A clinical study of borderline malignant tumors of the ovary.
- Author:
Nan Hee JEONG
1
;
Yun ah KIM
;
Sang Geun JEONG
;
Chan LEE
;
Tak KIM
;
Hai Joong KIM
;
Kyu Wan LEE
;
Nak Woo LEE
Author Information
1. Department of Obstetrics and Gynecology, College of Medicine, Korea University, Ansan, Korea. nwlee@korea.ac.kr
- Publication Type:Original Article
- Keywords:
Borderline ovarian tumor;
Surgical staging;
Clinical study;
Prognosis
- MeSH:
Brenner Tumor;
Drug Therapy;
Female;
Follow-Up Studies;
Humans;
Mucins;
Ovary*;
Prognosis;
Recurrence;
Retrospective Studies;
Survival Rate
- From:Korean Journal of Gynecologic Oncology
2007;18(1):39-47
- CountryRepublic of Korea
- Language:Korean
-
Abstract:
OBJECTIVE: The purpose of this study was to evaluate the clinical and histopathological features, and to find relationship between treatment modality and prognosis of borderline ovarian tumors. METHODS: Ninety-three cases of borderline ovarian tumors that had been treated were reviewed retrospectively. RESULTS: Histologic types of this study group composed of 67 cases of mucinous borderline tumor, 23 cases of serous borderline tumor, 2 cases of mixed type, and 1 case of Brenner tumor. The mean age was 41.6 years (range 14 to 83), and 41 (44.1%) patients were nullipara.

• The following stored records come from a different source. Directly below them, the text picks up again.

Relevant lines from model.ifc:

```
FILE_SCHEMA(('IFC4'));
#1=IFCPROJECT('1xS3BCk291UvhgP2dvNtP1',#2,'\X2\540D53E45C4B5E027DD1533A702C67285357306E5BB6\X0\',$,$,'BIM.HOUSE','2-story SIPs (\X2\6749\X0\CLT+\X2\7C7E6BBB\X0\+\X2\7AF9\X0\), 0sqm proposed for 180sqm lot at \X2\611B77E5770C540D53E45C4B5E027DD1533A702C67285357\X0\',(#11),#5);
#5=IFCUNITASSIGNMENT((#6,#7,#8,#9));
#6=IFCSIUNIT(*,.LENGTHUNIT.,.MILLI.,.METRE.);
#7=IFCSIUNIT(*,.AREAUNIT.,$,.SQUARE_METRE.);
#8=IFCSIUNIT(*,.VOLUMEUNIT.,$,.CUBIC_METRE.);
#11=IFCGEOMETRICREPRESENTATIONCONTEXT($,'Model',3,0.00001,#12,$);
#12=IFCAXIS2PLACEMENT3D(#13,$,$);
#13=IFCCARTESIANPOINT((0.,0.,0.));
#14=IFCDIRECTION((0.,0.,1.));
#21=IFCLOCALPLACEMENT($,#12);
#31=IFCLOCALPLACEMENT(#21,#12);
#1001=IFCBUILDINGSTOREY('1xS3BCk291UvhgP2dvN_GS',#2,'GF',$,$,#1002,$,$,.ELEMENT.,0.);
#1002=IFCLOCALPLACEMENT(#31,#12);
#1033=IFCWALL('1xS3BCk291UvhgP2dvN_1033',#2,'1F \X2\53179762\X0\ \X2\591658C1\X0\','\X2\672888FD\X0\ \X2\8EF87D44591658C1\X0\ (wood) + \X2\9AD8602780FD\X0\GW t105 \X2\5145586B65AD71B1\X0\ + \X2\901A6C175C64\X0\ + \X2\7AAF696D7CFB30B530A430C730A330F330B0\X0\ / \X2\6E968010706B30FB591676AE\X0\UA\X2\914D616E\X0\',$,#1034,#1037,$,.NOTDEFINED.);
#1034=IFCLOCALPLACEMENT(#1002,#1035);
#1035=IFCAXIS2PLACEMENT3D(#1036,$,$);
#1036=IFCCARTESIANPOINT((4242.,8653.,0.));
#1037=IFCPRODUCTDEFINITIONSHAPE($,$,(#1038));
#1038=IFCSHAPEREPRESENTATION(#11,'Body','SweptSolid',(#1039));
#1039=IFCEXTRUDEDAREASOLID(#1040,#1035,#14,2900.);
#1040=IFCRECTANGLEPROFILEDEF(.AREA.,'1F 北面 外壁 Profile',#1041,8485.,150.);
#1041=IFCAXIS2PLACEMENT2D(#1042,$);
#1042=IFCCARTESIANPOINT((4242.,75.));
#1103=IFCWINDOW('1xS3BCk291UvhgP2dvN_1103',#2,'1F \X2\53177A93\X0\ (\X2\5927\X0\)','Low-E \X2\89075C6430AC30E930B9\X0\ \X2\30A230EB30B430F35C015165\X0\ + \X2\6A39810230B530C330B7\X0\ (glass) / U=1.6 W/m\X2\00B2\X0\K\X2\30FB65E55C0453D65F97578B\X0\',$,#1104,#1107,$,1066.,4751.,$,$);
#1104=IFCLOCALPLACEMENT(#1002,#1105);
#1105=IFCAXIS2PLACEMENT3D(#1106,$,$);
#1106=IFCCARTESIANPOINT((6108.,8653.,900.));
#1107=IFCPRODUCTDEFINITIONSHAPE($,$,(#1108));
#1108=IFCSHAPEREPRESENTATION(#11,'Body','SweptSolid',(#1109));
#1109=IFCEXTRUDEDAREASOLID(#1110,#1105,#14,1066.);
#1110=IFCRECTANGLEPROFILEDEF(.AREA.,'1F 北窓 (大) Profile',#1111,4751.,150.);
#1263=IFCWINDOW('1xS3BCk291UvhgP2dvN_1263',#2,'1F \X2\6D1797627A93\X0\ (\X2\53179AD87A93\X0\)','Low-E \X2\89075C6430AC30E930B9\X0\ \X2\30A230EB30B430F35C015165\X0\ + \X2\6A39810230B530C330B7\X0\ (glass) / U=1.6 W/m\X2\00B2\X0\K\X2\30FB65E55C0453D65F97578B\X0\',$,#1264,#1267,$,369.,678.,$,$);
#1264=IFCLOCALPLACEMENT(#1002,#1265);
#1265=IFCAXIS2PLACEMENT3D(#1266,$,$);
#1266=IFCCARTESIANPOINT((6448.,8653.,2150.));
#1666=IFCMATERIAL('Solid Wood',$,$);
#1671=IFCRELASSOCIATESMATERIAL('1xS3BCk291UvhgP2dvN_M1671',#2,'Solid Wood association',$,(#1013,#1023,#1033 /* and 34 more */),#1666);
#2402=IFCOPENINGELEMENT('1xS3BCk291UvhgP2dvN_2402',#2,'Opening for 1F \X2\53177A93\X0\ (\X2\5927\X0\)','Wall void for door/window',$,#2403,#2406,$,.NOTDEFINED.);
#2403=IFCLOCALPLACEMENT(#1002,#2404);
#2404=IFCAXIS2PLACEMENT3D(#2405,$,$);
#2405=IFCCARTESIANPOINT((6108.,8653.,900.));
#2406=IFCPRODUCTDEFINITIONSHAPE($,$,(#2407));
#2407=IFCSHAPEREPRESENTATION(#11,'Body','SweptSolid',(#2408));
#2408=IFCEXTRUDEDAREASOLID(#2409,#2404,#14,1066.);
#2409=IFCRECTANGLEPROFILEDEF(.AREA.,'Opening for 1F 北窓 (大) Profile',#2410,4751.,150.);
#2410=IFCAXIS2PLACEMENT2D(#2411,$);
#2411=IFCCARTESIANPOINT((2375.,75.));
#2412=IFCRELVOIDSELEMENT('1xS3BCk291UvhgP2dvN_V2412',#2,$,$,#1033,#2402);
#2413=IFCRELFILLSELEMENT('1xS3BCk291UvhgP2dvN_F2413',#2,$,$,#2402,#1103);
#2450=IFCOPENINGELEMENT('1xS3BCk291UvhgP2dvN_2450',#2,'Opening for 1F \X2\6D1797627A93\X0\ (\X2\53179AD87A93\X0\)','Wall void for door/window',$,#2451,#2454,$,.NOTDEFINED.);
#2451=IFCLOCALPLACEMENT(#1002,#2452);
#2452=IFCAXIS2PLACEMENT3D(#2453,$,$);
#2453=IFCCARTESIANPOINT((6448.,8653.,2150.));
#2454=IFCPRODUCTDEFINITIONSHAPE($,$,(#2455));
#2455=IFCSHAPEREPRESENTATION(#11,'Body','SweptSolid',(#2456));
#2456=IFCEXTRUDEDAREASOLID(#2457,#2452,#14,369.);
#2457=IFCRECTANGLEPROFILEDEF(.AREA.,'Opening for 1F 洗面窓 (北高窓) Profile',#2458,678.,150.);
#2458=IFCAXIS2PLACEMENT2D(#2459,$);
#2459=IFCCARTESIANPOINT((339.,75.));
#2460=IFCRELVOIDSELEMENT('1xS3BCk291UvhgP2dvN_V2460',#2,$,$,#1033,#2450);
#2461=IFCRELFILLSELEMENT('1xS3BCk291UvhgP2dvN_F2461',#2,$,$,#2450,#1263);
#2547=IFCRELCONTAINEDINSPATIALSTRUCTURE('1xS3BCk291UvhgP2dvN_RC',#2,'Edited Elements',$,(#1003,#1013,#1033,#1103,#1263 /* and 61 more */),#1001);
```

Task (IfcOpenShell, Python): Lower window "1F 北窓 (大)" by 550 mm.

```python
import numpy as np
import ifcopenshell
import ifcopenshell.api.geometry
import ifcopenshell.util.placement
import ifcopenshell.util.unit

model = ifcopenshell.open("model.ifc")
unit_scale = ifcopenshell.util.unit.calculate_unit_scale(model)

window = model.by_guid("1xS3BCk291UvhgP2dvN_1103")
opening = window.FillsVoids[0].RelatingOpeningElement
dz = -550.0

shift = np.array([0.0, 0.0, dz])
# The window is not placed relative to its opening, so move both.
for product in (opening, window):
    matrix = ifcopenshell.util.placement.get_local_placement(product.ObjectPlacement)
    matrix[:3, 3] += shift
    ifcopenshell.api.geometry.edit_object_placement(model, product=product, matrix=matrix, is_si=False)

print(f"moved by {dz * unit_scale:+.3f} m")

model.write("model_updated.ifc")
```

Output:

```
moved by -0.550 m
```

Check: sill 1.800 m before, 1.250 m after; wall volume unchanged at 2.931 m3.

The most common chief complaint was palpable mass (39.8%) and asymptomatic cases were presented in 23 patients (24.7%). The cases of elevated serum CA125 (< or =35 IU/ml) were 25.8% in mucinous type and 61.9% in serous type. Surgical staging was completed in 57 cases and other 36 cases were incompletely staged. 45 cases were managed by conservative surgery. There were 4 cases with recurrence, and all of them were related to conservative surgery. Chemotherapy was given to 40 cases. Mean follow-up period was 27.3 months. One patient expired during follow-up, and overall 5-year survival rate was 95.2%. CONCLUSION: Borderline ovarian tumors have a good prognosis. But recurrence rate was high in conservative surgery. In conclusion, careful preoperative evaluations, complete surgical exploration and long-term follow-up after treatment are needed.